Milano, il ragazzo hikikomori e il mondo fuori dalla sua stanza: «Io sono uscito, ma il problema si affronta solo chiedendo aiuto»

Sette mesi in fuga da tutti: «Dormivo dalle 8 alle 18, poi stavo sul letto con il pc, tra tv e video, fino al mattino»

Ritirarsi dalla vita sociale, isolarsi volontariamente. Chiudersi in casa, lontano da panico, ansia e senso di inadeguatezza. Sono dinamiche che ricorrono spesso negli hikikomori, i cosiddetti «ritirati sociali» – questa la traduzione dal termine giapponese. A inizio aprile, il primo studio italiano sul fenomeno – redatto dal Cnr (Consiglio Nazionale delle Ricerche, ndr) – parlava di circa 44mila ragazzi (1,7% degli studenti totali) che si definivano tali. Mentre 67mila (2,6%) adolescenti erano a rischio di diventarlo. Alessandro, nome di fantasia, è uno di questi. O meglio, lo era. Ha vissuto – racconta al Corriere della Sera sette mesi in fuga da tutti: «Dormivo dalle 8 alle 18: la cena era il mio pranzo». Poi stava sul letto con il pc, tra serie tv e video, fino al mattino. «Nessuno mi stressava», ricorda. 

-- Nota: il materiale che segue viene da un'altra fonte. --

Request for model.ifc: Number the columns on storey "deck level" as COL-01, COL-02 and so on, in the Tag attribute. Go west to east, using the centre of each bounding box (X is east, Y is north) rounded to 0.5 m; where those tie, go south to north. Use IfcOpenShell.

First a look at what the model holds.

```python
import ifcopenshell
import ifcopenshell.util.element
import ifcopenshell.util.placement

model = ifcopenshell.open("model.ifc")
print(model.schema)
storey = next(s for s in model.by_type("IfcBuildingStorey") if s.Name == "deck level")
columns = [e for e in ifcopenshell.util.element.get_decomposition(storey) if e.is_a("IfcColumn")]
for e in sorted(columns, key=lambda e: e.id()):
    origin = ifcopenshell.util.placement.get_local_placement(e.ObjectPlacement)[:3, 3]
    print(e.id(), e.Tag, e.Name, origin.round(2) + 0.0, sep=" | ")
```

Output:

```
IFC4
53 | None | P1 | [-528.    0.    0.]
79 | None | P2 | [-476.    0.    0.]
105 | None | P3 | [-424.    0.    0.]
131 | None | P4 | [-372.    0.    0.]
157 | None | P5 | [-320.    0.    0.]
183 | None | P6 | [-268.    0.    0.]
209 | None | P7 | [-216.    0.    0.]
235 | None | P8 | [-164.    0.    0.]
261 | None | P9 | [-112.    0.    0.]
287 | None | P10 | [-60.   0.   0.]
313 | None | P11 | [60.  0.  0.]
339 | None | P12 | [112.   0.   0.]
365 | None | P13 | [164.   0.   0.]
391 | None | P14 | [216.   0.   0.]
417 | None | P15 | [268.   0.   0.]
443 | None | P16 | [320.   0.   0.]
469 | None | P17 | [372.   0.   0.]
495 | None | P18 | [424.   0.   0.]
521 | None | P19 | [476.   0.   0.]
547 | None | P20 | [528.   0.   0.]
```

```python
import ifcopenshell
import ifcopenshell.geom
import ifcopenshell.util.element
import ifcopenshell.util.shape

model = ifcopenshell.open("model.ifc")
settings = ifcopenshell.geom.settings()
settings.set("use-world-coords", True)


def centre(element):
    shape = ifcopenshell.geom.create_shape(settings, element)
    return ifcopenshell.util.shape.get_bbox_centroid(shape.geometry)


storey = next(s for s in model.by_type("IfcBuildingStorey") if s.Name == "deck level")
columns = [e for e in ifcopenshell.util.element.get_decomposition(storey) if e.is_a("IfcColumn")]

# Insertion points can sit at a corner or the storey origin, so sort by the geometry (in metres).
centres = {e: centre(e) for e in columns}
columns.sort(key=lambda e: (round(centres[e][0] / 0.5), centres[e][1]))

for i, e in enumerate(columns, start=1):
    number = f"COL-{i:02d}"
    e.Tag = number
    print(e.id(), number)

model.write("model_v2.ifc")
```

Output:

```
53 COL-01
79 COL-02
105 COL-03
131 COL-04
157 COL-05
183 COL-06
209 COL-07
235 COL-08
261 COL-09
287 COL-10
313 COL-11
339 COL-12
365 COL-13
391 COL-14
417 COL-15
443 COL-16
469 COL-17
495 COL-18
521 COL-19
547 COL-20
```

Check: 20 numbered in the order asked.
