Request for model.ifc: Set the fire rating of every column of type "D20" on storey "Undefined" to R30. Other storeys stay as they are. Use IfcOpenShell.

First a look at what the model holds.

```python
import ifcopenshell
import ifcopenshell.util.element

model = ifcopenshell.open("model.ifc")
print(model.schema)
storey = next(s for s in model.by_type("IfcBuildingStorey") if s.Name == "Undefined")
columns = [e for e in ifcopenshell.util.element.get_decomposition(storey) if e.is_a("IfcColumn")]
seen = {}
for e in columns:
    element_type = ifcopenshell.util.element.get_type(e)
    key = (element_type.Name if element_type != e and element_type else None, ifcopenshell.util.element.get_pset(e, "Pset_ColumnCommon", "FireRating"))
    seen[key] = seen.get(key, 0) + 1
for (name, value), count in sorted(seen.items(), key=str):
    print(count, "x", name, "|", value)
```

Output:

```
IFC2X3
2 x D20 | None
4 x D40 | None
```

```python
import ifcopenshell
import ifcopenshell.api.pset
import ifcopenshell.util.element

model = ifcopenshell.open("model.ifc")

storey = next(s for s in model.by_type("IfcBuildingStorey") if s.Name == "Undefined")
columns = [e for e in ifcopenshell.util.element.get_decomposition(storey) if e.is_a("IfcColumn")]

count = 0
for e in columns:
    element_type = ifcopenshell.util.element.get_type(e)
    if element_type in (None, e) or element_type.Name != "D20":
        continue
    found = ifcopenshell.util.element.get_pset(e, "Pset_ColumnCommon", should_inherit=False)
    if found:
        pset = model.by_id(found["id"])
        if len(ifcopenshell.util.element.get_elements_by_pset(pset)) > 1:
            pset = ifcopenshell.api.pset.unshare_pset(model, products=[e], pset=pset)[0]
    else:
        pset = ifcopenshell.api.pset.add_pset(model, product=e, name="Pset_ColumnCommon")
    ifcopenshell.api.pset.edit_pset(model, pset=pset, properties={"FireRating": "R30"})
    count += 1

print(count, "columns updated")

model.write("model_v2.ifc")
```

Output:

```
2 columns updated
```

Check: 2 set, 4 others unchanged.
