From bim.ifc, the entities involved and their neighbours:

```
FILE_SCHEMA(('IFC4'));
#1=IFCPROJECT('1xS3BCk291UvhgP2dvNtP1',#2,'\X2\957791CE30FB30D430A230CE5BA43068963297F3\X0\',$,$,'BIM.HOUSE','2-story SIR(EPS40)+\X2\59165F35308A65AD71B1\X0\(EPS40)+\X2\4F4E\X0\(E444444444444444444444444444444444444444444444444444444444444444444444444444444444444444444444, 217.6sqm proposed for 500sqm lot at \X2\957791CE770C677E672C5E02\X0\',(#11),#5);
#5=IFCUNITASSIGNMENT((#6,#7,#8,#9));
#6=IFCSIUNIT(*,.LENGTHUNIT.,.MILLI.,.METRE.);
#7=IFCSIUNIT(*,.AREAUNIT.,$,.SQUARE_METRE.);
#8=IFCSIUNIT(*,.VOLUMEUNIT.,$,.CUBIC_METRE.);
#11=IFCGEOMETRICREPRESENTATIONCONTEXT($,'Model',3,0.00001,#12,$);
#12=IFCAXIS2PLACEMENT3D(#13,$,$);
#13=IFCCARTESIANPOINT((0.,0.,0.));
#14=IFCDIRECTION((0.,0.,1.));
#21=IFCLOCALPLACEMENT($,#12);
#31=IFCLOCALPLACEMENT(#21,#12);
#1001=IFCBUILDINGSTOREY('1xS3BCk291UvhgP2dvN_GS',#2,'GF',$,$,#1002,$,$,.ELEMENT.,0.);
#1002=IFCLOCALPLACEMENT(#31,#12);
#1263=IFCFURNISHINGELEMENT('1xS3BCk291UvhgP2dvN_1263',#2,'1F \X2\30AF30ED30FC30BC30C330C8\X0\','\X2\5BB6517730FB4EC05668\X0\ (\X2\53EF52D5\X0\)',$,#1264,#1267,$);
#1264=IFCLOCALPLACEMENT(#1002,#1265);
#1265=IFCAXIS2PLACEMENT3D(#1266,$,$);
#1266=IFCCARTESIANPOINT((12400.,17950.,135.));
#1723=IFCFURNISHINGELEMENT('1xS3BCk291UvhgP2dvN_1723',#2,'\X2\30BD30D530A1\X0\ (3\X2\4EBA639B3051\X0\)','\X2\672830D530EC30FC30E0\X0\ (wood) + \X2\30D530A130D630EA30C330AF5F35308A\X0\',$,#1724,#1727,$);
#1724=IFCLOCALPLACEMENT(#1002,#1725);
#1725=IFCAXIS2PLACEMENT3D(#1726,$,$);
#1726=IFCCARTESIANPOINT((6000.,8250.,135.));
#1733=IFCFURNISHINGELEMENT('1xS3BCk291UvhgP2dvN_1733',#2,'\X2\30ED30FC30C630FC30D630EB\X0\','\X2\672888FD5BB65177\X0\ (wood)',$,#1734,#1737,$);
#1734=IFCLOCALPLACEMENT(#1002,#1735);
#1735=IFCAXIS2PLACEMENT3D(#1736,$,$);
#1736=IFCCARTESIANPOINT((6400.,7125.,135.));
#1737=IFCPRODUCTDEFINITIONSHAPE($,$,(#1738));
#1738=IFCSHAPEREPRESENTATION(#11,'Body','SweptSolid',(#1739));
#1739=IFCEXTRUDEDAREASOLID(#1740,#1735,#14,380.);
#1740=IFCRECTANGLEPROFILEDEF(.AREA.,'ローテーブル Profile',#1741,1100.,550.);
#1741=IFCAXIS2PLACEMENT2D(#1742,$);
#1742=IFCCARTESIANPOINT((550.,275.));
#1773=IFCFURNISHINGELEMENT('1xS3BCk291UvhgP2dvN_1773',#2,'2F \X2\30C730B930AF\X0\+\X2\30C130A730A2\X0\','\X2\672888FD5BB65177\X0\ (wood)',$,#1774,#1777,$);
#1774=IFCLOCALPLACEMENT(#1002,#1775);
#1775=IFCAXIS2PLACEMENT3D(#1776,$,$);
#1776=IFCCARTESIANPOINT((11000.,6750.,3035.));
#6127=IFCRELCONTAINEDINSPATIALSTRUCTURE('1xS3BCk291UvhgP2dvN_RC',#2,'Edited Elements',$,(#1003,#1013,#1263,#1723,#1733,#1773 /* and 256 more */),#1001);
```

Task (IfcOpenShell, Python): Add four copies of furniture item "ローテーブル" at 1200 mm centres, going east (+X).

```python
import numpy as np
import ifcopenshell
import ifcopenshell.api.geometry
import ifcopenshell.api.root
import ifcopenshell.util.element
import ifcopenshell.util.placement
import ifcopenshell.util.unit

model = ifcopenshell.open("bim.ifc")
unit_scale = ifcopenshell.util.unit.calculate_unit_scale(model)


def reuse_history(source, copy):
    """copy_class also copies each property set's owner history, people and application; keep the originals."""
    for rel in copy.IsDefinedBy:
        if rel.is_a("IfcRelDefinesByProperties") and (history := rel.RelatingPropertyDefinition.OwnerHistory):
            rel.RelatingPropertyDefinition.OwnerHistory = source.OwnerHistory
            ifcopenshell.util.element.remove_deep2(model, history)


source = model.by_guid("1xS3BCk291UvhgP2dvN_1733")
base = ifcopenshell.util.placement.get_local_placement(source.ObjectPlacement)
step = np.array([1.0, 0.0, 0.0]) * 1.2 / unit_scale

for i in range(1, 5):
    copy = ifcopenshell.api.root.copy_class(model, product=source)
    copy.Representation = ifcopenshell.util.element.copy_deep(
        model, source.Representation, exclude=["IfcGeometricRepresentationContext", "IfcRepresentationMap"]
    )
    reuse_history(source, copy)
    matrix = base.copy()
    matrix[:3, 3] += i * step
    print("added at", matrix[:3, 3].round(3) + 0.0)
    ifcopenshell.api.geometry.edit_object_placement(model, product=copy, matrix=matrix, is_si=False)

model.write("bim_v2.ifc")
```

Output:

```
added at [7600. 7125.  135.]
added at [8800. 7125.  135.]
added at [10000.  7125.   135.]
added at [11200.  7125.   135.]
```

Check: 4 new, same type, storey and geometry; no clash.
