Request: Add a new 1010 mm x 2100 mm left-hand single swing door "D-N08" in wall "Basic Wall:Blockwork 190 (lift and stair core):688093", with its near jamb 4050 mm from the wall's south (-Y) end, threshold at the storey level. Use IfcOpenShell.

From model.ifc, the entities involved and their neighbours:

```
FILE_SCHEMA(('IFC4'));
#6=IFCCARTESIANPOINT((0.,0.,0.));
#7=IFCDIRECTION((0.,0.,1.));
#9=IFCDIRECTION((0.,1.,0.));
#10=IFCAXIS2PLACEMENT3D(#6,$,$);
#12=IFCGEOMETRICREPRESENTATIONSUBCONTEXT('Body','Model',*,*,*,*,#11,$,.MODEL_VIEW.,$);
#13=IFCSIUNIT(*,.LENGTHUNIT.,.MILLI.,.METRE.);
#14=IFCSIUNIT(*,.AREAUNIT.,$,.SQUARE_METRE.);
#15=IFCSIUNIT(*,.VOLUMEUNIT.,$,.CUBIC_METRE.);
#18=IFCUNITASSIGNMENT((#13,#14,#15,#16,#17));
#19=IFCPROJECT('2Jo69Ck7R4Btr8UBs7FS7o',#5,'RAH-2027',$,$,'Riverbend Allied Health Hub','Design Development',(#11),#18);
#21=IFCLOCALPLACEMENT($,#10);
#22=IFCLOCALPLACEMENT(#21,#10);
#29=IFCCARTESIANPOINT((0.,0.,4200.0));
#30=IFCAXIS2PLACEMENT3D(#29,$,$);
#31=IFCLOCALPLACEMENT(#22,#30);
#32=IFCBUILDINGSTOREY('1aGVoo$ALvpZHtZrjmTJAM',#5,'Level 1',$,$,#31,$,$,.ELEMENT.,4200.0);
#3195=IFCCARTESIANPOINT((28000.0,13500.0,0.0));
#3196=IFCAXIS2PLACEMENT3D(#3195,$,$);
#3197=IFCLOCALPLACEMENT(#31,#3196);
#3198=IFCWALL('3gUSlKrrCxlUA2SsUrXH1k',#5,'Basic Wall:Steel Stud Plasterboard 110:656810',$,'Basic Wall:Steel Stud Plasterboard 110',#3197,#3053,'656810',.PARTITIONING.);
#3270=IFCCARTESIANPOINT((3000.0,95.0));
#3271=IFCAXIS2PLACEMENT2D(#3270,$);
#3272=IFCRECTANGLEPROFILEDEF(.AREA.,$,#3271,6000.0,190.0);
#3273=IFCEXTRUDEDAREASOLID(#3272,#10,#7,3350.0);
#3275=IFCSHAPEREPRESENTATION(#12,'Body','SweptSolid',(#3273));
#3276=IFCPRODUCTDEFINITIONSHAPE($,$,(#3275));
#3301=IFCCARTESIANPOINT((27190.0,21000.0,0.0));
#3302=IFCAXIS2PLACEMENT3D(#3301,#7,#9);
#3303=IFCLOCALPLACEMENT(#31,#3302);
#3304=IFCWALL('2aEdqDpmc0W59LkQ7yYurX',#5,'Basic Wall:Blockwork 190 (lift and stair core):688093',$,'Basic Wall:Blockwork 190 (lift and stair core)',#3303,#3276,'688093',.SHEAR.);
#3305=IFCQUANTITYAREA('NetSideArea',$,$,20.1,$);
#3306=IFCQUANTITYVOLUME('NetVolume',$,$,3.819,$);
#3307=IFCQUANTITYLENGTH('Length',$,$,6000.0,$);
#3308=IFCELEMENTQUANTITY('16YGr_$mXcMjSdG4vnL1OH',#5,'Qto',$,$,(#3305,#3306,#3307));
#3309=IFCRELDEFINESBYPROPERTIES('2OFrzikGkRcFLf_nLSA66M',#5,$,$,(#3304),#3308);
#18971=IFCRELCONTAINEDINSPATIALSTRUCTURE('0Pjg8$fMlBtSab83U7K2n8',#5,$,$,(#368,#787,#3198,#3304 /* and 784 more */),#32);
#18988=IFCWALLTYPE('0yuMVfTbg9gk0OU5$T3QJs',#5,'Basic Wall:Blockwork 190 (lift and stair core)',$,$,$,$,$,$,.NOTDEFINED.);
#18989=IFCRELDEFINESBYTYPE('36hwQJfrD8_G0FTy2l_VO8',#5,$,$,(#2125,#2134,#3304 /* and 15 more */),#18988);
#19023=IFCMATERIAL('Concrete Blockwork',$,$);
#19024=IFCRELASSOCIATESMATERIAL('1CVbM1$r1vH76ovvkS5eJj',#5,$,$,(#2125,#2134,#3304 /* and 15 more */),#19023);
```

```python
import numpy as np
import ifcopenshell
import ifcopenshell.api.feature
import ifcopenshell.api.geometry
import ifcopenshell.api.pset
import ifcopenshell.api.root
import ifcopenshell.api.spatial
import ifcopenshell.geom
import ifcopenshell.util.element
import ifcopenshell.util.placement
import ifcopenshell.util.representation
import ifcopenshell.util.shape
import ifcopenshell.util.unit

model = ifcopenshell.open("model.ifc")
unit_scale = ifcopenshell.util.unit.calculate_unit_scale(model)
area_scale = ifcopenshell.util.unit.calculate_unit_scale(model, "AREAUNIT")
volume_scale = ifcopenshell.util.unit.calculate_unit_scale(model, "VOLUMEUNIT")
settings = ifcopenshell.geom.settings()


def volume(element):
    """Net volume in cubic metres, openings subtracted."""
    shape = ifcopenshell.geom.create_shape(settings, element)
    return ifcopenshell.util.shape.get_volume(shape.geometry)


wall = model.by_id(3304)
storey = ifcopenshell.util.element.get_container(wall, ifc_class="IfcBuildingStorey")
context = ifcopenshell.util.representation.get_context(model, "Model", "Body", "MODEL_VIEW")
before = volume(wall)

width, height, from_end, sill = 1.01, 2.1, 4.05, 0.0  # metres

# The wall runs along its own X axis, and the end named is its -X end.
wall_shape = ifcopenshell.geom.create_shape(settings, wall)
x, y, z = ifcopenshell.util.shape.get_vertices(wall_shape.geometry).T
start = x.min() + from_end
face, thickness = float(y.min()), float(y.max() - y.min())
wall_matrix = ifcopenshell.util.placement.get_local_placement(wall.ObjectPlacement)
level = ifcopenshell.util.placement.get_local_placement(storey.ObjectPlacement)[2, 3]


def in_wall(x, y):
    """Placement at x, y metres in the wall's axes, at sill height."""
    matrix = wall_matrix.copy()
    matrix[:, 3] = wall_matrix @ np.array([x / unit_scale, y / unit_scale, 0.0, 1.0])
    matrix[2, 3] = level + sill / unit_scale
    return matrix


# Opening: a box that overshoots both wall faces by 50 mm.
opening = ifcopenshell.api.root.create_entity(model, ifc_class="IfcOpeningElement", predefined_type="OPENING")
box = ifcopenshell.api.geometry.add_wall_representation(
    model, context=context, length=width, height=height, thickness=thickness + 0.1
)
ifcopenshell.api.geometry.assign_representation(model, product=opening, representation=box)
ifcopenshell.api.geometry.edit_object_placement(model, product=opening, matrix=in_wall(start, face - 0.05), is_si=False)
ifcopenshell.api.feature.add_feature(model, feature=opening, element=wall)

door = ifcopenshell.api.root.create_entity(model, ifc_class="IfcDoor", name="D-N08", predefined_type="DOOR")
door.OverallWidth, door.OverallHeight = width / unit_scale, height / unit_scale
door.OperationType = "SINGLE_SWING_LEFT"
body = ifcopenshell.api.geometry.add_door_representation(
    model,
    context=context,
    overall_width=door.OverallWidth,
    overall_height=door.OverallHeight,
    operation_type="SINGLE_SWING_LEFT",
    lining_properties={"LiningDepth": thickness / unit_scale, "ThresholdDepth": thickness / unit_scale},
)
ifcopenshell.api.geometry.assign_representation(model, product=door, representation=body)
ifcopenshell.api.spatial.assign_container(model, products=[door], relating_structure=storey)
ifcopenshell.api.feature.add_filling(model, opening=opening, element=door)

# The lining spans the wall, so the door starts at the wall face.
ifcopenshell.api.geometry.edit_object_placement(model, product=door, matrix=in_wall(start, face), is_si=False)

after = volume(wall)

# Update the wall's stored quantities.
qto = model.by_id(ifcopenshell.util.element.get_pset(wall, "Qto", should_inherit=False)["id"])
ifcopenshell.api.pset.edit_qto(model, qto=qto, properties={
    "NetSideArea": after / thickness / area_scale,
    "NetVolume": after / volume_scale,
})

print(f"wall volume {before:.3f} -> {after:.3f} m3")

model.write("model_v2.ifc")
```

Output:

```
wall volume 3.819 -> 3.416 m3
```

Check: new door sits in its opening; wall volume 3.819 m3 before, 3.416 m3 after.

Le difficoltà nei rapporti coi coetanei 

Le cause di questo «ritiro sociale» sono tante e diverse. Assume un peso determinante il senso di inadeguatezza anche rispetto ai compagni di scuola. Una sorta di fatica nei rapporti coi coetanei, molto spesso caratterizzati da frustrazione e auto-svalutazione. «A scuola mi ignoravano tutti», racconta ancora Alessandro. «Ricordo che un giorno un mio compagno ha fatto il nome dei componenti del gruppo. Tranne il mio. Ero un fantasma». Gli unici amici erano quelli conosciuti online: «Ci giocavo il pomeriggio e la sera – continua -. Mi piace stare in compagnia, contrariamente a quanto possa sembrare: ma quella era la mia comunità. Non mi ritrovavo nel divertimento dei miei compagni». I maschi, infatti, – secondo lo studio del Cnr di fine aprile – sono più propensi al gaming online, mentre le femmine si attribuiscono più facilmente la definizione di Hikikomori.


I numeri in Lombardia

Seppur c’è molto sommerso nei dati, sono 250 le famiglie con figli in ritiro volontario che partecipano alle attività di auto-mutuo aiuto dell’associazione “Hikikomori Italia genitori”. Sei gruppi – scrive il quotidiano di Milano – coordinati da uno psicologo. Si tratta di ragazzi che hanno subito episodi di bullismo e in fuga da una scuola sempre più competitiva. Alessandro, infatti, cambia spesso istituto: prova a seguire le lezioni fino a quando un compagno non gli tira un pugno e decide, così, di rifugiarsi di nuovo a casa. Questa volta fino alla fine dell’anno. Grazie all’educazione domiciliare, finisce le medie e si iscrive all’Itis informativo. In mezzo: incontri con educatori, psicologi e infine la neuropsichiatra.

«Chiedete aiuto»

La svolta coinciderà con il recupero anni, dalla prima alla quarta superiore in un altro isituto di Milano. Qui conosce la sua attuale fidanzata. Si diploma e lascia la psicologa. «Non siamo malati. E anche se il mio cervello si rifiuta di ricordare, sono uscito vittorioso». E ora vuole parlare a chi si trova nella stessa situazione: «Chiedete aiuto, andate dallo psicologo. E se i genitori non vogliono, parlate con qualcuno a scuola. Non vi chiudete. Qualcuno c’è sempre. Ma alle volte basterebbe dire ai professori che siamo esseri umani, non macchine. Non serve urlare», conclude.